◆ Aim of the task ◆
Whichever lines of the material contain "GENERIC", copy each of them.

----- Exercise inputs -----

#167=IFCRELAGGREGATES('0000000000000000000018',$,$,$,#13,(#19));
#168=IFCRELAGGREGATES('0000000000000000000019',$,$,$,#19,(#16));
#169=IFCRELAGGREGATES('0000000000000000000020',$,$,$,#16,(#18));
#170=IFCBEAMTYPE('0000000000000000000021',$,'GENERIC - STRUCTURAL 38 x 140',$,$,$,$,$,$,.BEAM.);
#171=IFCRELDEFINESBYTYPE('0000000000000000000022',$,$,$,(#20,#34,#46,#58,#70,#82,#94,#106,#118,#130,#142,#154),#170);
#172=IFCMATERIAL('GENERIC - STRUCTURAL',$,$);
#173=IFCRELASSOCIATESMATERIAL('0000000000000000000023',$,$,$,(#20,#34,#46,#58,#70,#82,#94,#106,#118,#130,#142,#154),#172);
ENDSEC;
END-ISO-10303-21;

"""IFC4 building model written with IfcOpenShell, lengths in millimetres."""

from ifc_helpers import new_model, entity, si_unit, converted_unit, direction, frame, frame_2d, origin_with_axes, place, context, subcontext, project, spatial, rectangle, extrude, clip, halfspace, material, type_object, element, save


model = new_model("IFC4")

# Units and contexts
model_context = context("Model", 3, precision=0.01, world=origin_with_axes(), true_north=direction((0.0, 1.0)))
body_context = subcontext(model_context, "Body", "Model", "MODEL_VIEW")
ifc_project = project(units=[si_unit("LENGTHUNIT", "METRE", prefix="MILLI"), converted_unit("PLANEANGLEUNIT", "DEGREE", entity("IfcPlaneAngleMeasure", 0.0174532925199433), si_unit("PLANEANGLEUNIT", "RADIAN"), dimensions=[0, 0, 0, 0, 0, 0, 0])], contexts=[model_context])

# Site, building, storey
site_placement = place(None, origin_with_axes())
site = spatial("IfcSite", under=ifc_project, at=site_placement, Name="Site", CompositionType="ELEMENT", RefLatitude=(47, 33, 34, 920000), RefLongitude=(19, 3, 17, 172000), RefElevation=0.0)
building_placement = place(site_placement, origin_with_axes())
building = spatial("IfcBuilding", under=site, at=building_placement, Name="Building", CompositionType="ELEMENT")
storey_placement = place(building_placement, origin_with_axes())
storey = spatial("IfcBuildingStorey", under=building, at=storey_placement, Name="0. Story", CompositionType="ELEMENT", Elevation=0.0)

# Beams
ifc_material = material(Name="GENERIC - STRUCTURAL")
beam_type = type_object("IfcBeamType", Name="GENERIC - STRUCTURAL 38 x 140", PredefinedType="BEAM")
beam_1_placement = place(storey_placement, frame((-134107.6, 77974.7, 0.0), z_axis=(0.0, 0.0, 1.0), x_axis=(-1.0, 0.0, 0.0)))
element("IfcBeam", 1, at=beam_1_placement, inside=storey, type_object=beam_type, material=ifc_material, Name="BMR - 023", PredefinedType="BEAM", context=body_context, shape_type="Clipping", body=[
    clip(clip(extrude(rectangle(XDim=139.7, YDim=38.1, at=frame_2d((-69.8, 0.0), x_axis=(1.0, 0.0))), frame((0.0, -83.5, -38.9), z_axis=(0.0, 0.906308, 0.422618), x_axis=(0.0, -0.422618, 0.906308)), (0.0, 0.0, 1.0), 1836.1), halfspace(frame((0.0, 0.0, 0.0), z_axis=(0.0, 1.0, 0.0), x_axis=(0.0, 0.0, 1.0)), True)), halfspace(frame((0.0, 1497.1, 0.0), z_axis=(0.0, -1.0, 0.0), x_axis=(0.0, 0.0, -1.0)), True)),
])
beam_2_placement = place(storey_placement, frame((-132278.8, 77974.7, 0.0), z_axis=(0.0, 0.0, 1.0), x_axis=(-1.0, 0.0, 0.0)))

-----

◆ Your response ◆
#170=IFCBEAMTYPE('0000000000000000000021',$,'GENERIC - STRUCTURAL 38 x 140',$,$,$,$,$,$,.BEAM.);
#172=IFCMATERIAL('GENERIC - STRUCTURAL',$,$);
ifc_material = material(Name="GENERIC - STRUCTURAL")
beam_type = type_object("IfcBeamType", Name="GENERIC - STRUCTURAL 38 x 140", PredefinedType="BEAM")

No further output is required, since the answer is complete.